The article does a thourough job of discussing how usability testing should work. It does do a good deal of belaboring the obvious in the beginning (“The Focus is on Usability”, etc), but has a really solid section disussing the recording and analysis of data. I found particularly helpful the section on triangulation – a problem should manifest in several ways, and the section on identifying positive issues. The reason behind providing positive reviews – to ensure that the knowledge of what works is documented is something that changed my perspective on usability testing. Prior to reading this section, my unconcious assumption was that UX design/testing was a way of providing a “bug-free” experience. In reality, it needs to be much more than that.
The paper also has an extensive section on low vs. high fidelity prototypes, which will be useful later on when what we covered in this class becomes fuzzy. Which is why I’m keeping a copy of this one. The part on asynchronous remote testing was also interesting. As a user of Eclipse. I’ve seen the request to gather data many times. My guess is that this must be increasing in use, particularly since the paper was written.
Single usability metrics: Sauro and Kindlund (2005) and McGee (2003,2004) reported on options for a single metric they have used successfully. Need to look into this.
Severity ratings. The article spends some time discussing the lack of consistency in assigment of ratings between users. Interestingly, in the current issue of Communications of the ACM, there is an article on student grading in MOOCS. It seems that there has been some success with having students first evaluate several common baseline designs, and then grade each other’s work. The grades can then be normalized using the baseline evaluations as the reference. As long as students don’t game the system (see the [iterated?] Prisoners dilemma), this could be a good approach for a potential solution.
On thinking aloud. The paper supports this very enthusiastically. I’m personally a fan for more loosely structured situations where patterns emerge rather than running through a detailed script, but the power of the technique is such that it supports this wide variety of applications.
The section on testing special populations is enormous and just a good reference. Too much to actually summarize in any meaningful way.

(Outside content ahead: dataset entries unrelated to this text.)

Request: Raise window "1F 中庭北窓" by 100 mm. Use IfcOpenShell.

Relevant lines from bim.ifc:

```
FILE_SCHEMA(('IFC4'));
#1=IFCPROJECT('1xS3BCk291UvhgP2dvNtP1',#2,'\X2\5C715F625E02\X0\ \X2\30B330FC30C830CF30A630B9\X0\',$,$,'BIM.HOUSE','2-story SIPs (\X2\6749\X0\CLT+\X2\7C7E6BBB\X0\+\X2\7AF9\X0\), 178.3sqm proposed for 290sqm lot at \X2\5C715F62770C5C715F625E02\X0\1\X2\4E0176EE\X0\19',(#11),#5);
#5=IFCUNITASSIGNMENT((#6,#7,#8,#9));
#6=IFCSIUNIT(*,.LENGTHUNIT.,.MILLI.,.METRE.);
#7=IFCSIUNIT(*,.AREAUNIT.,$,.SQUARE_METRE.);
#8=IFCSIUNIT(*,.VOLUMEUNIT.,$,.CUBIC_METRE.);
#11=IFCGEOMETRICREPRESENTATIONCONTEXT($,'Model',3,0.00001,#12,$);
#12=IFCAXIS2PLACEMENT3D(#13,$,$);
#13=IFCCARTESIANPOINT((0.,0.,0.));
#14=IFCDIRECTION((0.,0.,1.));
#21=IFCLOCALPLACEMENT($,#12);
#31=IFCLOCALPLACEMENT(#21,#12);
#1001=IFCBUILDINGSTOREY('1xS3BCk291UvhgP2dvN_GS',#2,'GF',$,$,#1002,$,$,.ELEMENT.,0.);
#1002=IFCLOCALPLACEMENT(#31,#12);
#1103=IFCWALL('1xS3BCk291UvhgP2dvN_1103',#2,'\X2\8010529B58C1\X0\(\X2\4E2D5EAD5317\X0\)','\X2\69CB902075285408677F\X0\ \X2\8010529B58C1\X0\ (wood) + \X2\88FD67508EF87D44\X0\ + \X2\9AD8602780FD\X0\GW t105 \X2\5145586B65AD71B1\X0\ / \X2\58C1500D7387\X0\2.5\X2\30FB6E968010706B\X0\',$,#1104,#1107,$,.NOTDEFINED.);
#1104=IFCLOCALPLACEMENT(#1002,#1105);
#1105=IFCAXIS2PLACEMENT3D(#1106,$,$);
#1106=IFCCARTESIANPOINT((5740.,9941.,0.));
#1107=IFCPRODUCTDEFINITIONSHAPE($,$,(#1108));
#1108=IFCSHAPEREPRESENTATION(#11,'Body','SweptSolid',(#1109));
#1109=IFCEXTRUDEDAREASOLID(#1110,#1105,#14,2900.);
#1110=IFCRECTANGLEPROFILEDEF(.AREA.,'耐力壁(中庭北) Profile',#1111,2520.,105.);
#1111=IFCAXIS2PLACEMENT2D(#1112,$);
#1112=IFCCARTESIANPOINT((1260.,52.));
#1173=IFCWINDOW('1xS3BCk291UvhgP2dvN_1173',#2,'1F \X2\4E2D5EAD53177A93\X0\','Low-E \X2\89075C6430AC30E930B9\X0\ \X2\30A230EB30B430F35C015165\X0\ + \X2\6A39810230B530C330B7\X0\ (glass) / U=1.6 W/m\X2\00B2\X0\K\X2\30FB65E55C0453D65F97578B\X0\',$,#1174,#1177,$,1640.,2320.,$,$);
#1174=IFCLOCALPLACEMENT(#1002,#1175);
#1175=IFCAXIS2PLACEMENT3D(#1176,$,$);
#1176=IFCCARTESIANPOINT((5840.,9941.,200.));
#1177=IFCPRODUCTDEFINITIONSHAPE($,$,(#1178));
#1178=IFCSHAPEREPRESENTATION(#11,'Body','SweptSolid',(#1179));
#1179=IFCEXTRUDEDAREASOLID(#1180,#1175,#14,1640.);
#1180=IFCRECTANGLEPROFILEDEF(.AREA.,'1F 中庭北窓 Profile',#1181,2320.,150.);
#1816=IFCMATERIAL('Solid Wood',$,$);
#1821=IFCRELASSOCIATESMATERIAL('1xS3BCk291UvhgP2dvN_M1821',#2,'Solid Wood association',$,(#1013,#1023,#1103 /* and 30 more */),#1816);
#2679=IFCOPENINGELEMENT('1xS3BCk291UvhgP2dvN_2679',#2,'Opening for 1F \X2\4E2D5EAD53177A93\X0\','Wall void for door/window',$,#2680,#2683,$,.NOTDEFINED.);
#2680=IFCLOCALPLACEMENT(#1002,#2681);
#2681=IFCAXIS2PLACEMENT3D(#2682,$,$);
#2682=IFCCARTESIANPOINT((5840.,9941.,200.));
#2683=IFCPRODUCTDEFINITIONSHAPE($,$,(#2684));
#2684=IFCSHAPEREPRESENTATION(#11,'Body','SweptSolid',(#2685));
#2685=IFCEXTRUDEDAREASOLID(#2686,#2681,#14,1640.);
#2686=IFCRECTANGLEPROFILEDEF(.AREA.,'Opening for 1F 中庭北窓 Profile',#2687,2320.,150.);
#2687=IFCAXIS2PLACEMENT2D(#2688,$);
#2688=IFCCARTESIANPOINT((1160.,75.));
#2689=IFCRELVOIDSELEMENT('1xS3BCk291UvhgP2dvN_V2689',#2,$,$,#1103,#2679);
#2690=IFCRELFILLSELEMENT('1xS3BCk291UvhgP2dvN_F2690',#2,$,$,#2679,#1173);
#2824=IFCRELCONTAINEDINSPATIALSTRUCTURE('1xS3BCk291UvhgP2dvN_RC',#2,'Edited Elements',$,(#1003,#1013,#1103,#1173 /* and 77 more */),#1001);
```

```python
import numpy as np
import ifcopenshell
import ifcopenshell.api.geometry
import ifcopenshell.util.placement
import ifcopenshell.util.unit

model = ifcopenshell.open("bim.ifc")
unit_scale = ifcopenshell.util.unit.calculate_unit_scale(model)

window = model.by_guid("1xS3BCk291UvhgP2dvN_1173")
opening = window.FillsVoids[0].RelatingOpeningElement
dz = 0.1 / unit_scale

shift = np.array([0.0, 0.0, dz])
# The window is not placed relative to its opening, so move both.
for product in (opening, window):
    matrix = ifcopenshell.util.placement.get_local_placement(product.ObjectPlacement)
    matrix[:3, 3] += shift
    ifcopenshell.api.geometry.edit_object_placement(model, product=product, matrix=matrix, is_si=False)

print(f"moved by {dz * unit_scale:+.3f} m")

model.write("bim-out.ifc")
```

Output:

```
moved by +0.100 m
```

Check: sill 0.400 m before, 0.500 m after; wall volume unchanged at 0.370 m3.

The section on balancing harm with purpose was thought-provoking, but in my opinion, unhelpfully vague. When harm is considered stress from a participant struggle with a UI, I think that the term harm may have lost meaning. It may be that we need to have a term for insignificant harm. Struggle is a part of life. Will we have to submit an IRB before distributing an exam? In many cases, stress is beneficial in the long run while being uncomfortable in the short run. Consider aerobic training. Wind sprints are undeniably stressful, but critical for improving performance.
In the Future Directions section, the section on the RITE method was quite interesting. To a significant degree, it has been incorporated into the Agile development process, and integrates well into iterative development. In a way, the ultimate expression of development may either converge towards some kind of collaborative development that includes the users from initial concept to rollout, or perhaps even more interesting, user-driven development.